The Snack – Always quick to grab whenever you want it off the late night, it’s tempting, and fulfills your desire for something but she comes and goes. Ahhh. The friend with benefits, typically the role with the hardest defining line. This is usually because it starts out at strictly sexually based. Everything is cool and both parties are okay with it being just about sex and that’s it. Then one day… BAM… Feelings appear. Damn those feelings! Typically caught by the female, everything slowly starts to get a little weird. She wants more… more texts, more phone calls, more effort, more time. Wait? Wasn’t this just STRICLY about sex two months ago? Wasn’t she just saying she didn’t want a relationship and everything was cool? Now all of the sudden this chic wants a date? She wants to meet the friends and family? WHOA. Now, it’s important for both parties here to be clear from the start. Fellas, if you want a girl to STRICTLY be a friend with benefits, I suggest not bringing her around family, friends, no dates, none of the cute things for no reason, if she’s buying you things you miiiiight not want to accept them – because some females just don’t understand and when you start throwing in things that can be confused as “he likes me” actions that’s when you create a problem for yourself. Ladies, if you care about your feelings and them being hurt, please read between the lines. If he wanted to be doing things for you and with you, he would and you wouldn’t have to force it.

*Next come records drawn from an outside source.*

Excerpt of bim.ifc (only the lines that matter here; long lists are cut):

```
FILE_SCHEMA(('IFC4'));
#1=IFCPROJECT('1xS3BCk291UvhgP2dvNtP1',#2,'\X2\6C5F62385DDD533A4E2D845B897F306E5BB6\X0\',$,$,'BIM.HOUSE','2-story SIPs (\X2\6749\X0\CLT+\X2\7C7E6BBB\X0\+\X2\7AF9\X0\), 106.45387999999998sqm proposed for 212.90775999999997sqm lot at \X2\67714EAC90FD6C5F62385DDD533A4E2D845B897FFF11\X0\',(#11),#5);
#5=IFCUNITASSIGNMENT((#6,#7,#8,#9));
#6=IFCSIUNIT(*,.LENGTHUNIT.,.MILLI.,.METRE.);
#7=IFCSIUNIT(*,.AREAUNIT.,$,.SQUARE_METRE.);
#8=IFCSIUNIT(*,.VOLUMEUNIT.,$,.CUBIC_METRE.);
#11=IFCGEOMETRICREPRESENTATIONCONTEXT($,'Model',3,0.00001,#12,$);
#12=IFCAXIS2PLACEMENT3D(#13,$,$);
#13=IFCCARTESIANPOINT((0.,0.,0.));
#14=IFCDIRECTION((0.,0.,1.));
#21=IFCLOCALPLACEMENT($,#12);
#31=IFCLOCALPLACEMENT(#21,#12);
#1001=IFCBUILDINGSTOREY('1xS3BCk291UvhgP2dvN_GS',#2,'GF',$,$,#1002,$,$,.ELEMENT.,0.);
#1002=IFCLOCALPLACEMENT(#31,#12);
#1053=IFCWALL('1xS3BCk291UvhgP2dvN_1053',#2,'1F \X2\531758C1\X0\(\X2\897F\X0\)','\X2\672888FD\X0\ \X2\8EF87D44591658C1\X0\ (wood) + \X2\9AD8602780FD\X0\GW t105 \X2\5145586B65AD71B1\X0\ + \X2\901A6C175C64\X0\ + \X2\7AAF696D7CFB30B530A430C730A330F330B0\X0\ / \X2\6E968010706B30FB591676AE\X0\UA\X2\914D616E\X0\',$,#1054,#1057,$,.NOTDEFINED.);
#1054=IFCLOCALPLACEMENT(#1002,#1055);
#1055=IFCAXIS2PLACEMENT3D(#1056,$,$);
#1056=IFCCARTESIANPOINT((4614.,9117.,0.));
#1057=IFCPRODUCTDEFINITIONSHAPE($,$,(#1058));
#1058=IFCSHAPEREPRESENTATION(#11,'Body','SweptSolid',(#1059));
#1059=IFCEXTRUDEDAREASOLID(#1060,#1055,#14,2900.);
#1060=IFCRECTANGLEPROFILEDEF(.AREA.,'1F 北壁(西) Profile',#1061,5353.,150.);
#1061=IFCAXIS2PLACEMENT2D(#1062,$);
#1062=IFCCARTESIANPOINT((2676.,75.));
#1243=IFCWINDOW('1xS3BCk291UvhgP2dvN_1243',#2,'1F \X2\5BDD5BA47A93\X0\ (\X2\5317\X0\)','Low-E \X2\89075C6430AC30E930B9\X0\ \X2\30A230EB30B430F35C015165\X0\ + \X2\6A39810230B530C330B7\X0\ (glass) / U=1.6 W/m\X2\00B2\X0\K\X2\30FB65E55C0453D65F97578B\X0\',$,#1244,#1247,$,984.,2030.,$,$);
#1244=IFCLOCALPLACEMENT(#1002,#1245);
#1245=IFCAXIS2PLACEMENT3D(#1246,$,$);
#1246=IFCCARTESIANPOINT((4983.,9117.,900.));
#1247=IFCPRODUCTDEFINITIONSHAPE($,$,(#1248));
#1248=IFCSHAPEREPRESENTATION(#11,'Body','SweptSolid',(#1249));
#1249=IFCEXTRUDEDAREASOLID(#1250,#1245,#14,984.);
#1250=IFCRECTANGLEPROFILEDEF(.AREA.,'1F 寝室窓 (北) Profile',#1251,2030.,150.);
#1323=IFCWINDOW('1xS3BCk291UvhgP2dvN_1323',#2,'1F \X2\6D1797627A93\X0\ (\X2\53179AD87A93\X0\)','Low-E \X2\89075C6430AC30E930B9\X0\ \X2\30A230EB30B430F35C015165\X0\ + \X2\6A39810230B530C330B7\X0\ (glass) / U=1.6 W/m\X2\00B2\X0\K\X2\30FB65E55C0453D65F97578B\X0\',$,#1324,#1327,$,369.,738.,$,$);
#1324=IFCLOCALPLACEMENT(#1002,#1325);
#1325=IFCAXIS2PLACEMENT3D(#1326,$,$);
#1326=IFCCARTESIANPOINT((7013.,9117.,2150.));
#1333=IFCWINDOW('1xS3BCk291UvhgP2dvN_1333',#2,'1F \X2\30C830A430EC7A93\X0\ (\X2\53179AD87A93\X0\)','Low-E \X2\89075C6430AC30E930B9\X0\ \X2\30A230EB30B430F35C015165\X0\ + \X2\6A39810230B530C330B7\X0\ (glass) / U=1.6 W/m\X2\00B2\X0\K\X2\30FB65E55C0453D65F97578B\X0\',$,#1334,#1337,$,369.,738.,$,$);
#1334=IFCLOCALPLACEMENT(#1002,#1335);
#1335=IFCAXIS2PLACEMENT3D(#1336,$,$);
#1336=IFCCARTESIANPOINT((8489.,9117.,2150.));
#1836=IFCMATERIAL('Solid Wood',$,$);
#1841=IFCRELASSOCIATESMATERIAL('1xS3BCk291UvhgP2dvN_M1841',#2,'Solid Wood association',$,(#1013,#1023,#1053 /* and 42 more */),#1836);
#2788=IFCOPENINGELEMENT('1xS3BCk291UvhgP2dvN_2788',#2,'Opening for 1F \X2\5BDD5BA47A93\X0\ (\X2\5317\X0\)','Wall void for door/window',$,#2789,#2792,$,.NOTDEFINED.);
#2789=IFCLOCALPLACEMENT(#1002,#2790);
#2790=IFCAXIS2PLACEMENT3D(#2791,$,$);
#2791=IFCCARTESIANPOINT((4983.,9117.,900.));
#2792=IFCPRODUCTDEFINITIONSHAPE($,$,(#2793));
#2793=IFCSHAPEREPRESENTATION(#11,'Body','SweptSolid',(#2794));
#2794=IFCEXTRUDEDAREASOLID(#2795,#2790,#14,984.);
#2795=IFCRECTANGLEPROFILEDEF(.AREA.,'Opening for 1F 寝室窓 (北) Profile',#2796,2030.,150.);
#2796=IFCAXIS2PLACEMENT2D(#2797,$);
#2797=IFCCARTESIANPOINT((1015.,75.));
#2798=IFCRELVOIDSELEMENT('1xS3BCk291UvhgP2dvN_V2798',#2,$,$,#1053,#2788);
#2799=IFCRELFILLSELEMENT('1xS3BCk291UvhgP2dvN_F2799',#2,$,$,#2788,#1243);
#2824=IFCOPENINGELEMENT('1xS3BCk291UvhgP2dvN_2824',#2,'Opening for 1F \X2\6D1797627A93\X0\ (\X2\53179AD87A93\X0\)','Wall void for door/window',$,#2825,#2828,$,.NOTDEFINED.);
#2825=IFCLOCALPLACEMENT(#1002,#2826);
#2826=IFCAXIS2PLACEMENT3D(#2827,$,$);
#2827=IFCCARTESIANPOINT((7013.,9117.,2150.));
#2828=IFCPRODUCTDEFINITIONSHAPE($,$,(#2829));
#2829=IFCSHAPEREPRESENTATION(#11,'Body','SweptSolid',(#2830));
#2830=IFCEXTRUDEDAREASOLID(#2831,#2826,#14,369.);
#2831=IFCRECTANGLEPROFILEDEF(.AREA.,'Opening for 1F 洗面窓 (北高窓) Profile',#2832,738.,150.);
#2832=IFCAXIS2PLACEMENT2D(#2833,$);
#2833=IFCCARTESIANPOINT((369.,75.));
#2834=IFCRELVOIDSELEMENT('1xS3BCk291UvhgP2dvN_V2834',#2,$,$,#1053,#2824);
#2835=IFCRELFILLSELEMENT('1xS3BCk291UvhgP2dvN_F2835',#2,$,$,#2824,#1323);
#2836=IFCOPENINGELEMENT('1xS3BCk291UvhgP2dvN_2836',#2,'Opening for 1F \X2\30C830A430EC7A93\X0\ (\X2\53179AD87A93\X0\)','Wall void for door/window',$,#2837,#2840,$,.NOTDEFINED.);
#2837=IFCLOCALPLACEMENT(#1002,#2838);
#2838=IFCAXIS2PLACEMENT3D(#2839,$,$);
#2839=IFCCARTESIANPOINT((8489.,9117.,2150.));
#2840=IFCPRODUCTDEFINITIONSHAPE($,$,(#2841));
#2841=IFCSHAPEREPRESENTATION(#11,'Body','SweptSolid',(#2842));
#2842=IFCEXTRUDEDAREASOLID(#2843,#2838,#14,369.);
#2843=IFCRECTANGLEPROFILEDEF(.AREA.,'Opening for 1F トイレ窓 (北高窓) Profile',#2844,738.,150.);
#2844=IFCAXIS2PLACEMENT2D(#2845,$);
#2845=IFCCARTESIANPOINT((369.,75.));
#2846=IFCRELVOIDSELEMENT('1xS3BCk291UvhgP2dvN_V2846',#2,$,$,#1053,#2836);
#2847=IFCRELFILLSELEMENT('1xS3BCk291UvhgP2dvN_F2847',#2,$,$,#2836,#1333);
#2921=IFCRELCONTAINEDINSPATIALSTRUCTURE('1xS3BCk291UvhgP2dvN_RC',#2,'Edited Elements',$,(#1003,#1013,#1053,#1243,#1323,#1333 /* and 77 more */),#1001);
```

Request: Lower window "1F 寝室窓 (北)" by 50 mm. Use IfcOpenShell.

```python
import numpy as np
import ifcopenshell
import ifcopenshell.api.geometry
import ifcopenshell.util.placement
import ifcopenshell.util.unit

model = ifcopenshell.open("bim.ifc")
unit_scale = ifcopenshell.util.unit.calculate_unit_scale(model)

window = model.by_guid("1xS3BCk291UvhgP2dvN_1243")
opening = window.FillsVoids[0].RelatingOpeningElement
dz = -0.05 / unit_scale

shift = np.array([0.0, 0.0, dz])
# The window is not placed relative to its opening, so move both.
for product in (opening, window):
    matrix = ifcopenshell.util.placement.get_local_placement(product.ObjectPlacement)
    matrix[:3, 3] += shift
    ifcopenshell.api.geometry.edit_object_placement(model, product=product, matrix=matrix, is_si=False)

print(f"moved by {dz * unit_scale:+.3f} m")

model.write("bim_rev.ifc")
```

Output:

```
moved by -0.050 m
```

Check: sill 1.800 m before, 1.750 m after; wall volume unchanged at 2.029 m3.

End of story.


The Side Dish – The Side Joint. Something to add on the side to the main dish, there could be a couple of these, they add a little something extra that maybe the main course just doesn’t provide. If you are the side joint, you are just someone to have around. This is the girl that’s probably cool to hang out with, good convo, good sex, whatever. There is a slight chance she could end up being more one day, but most likely not. She can act up if she wants to, but she’s easily replaceable and at the end of the day, you can take or leave her because there is always the main dish or the 5 course meal.


The Main Dish – The Main Joint. Provides the substance usually the heartiest, and more complex dish on your menu. This dish satisfies the meal. This is the one you spend a majority of your time with. She’s always down for you, always around when you need her, helps fulfill what you need but there might just be that ONE thing that makes you not want to make her anything more. Or maybe it’s just the timing but it’s been communicated that she’s definitely more than just a side dish and she understands. Either way, she probably sticks around for a while.


The 5 Course Meal – This is the girlfriend. A meal like this is something you can’t always indulge in because it’s hard to come by a good one of these, but when you do get one it’s everything and more. This meal keeps you full and wanting nothing else. She’s got all the courses – including the drink because she’s your friend too. If at any point you THINK you are the girlfriend, chances are you are wrong. This is something that has been communicated to you and if you’ve never met the friends or family and he never takes you out, but he tells you you’re the girlfriend – he’s lying, you’re probably just the side dish babe!


Why it’s important to know your role: For one, if you don’t… you end up looking stupid and pathetic. While you’re running around telling everyone that you talk to or date this guy, he’s telling all his boys about how he can conveniently hit you up off the late night and how you’ll drop everything and run to him. Two, your feelings end up hurt. If you told him from jump it’s strictly about sex, let it be what it is. Trying to force things that just AREN’T is where people mess up and end up loosing a possible friend. And three, it just keeps everything so much more simple. Don’t get it twisted, this is not just a thing females do, males let it happen to. Ultimately it’s about communication. Draw the line and don’t step over it. If you know AND play your role – you’ll be so much better off, trust me.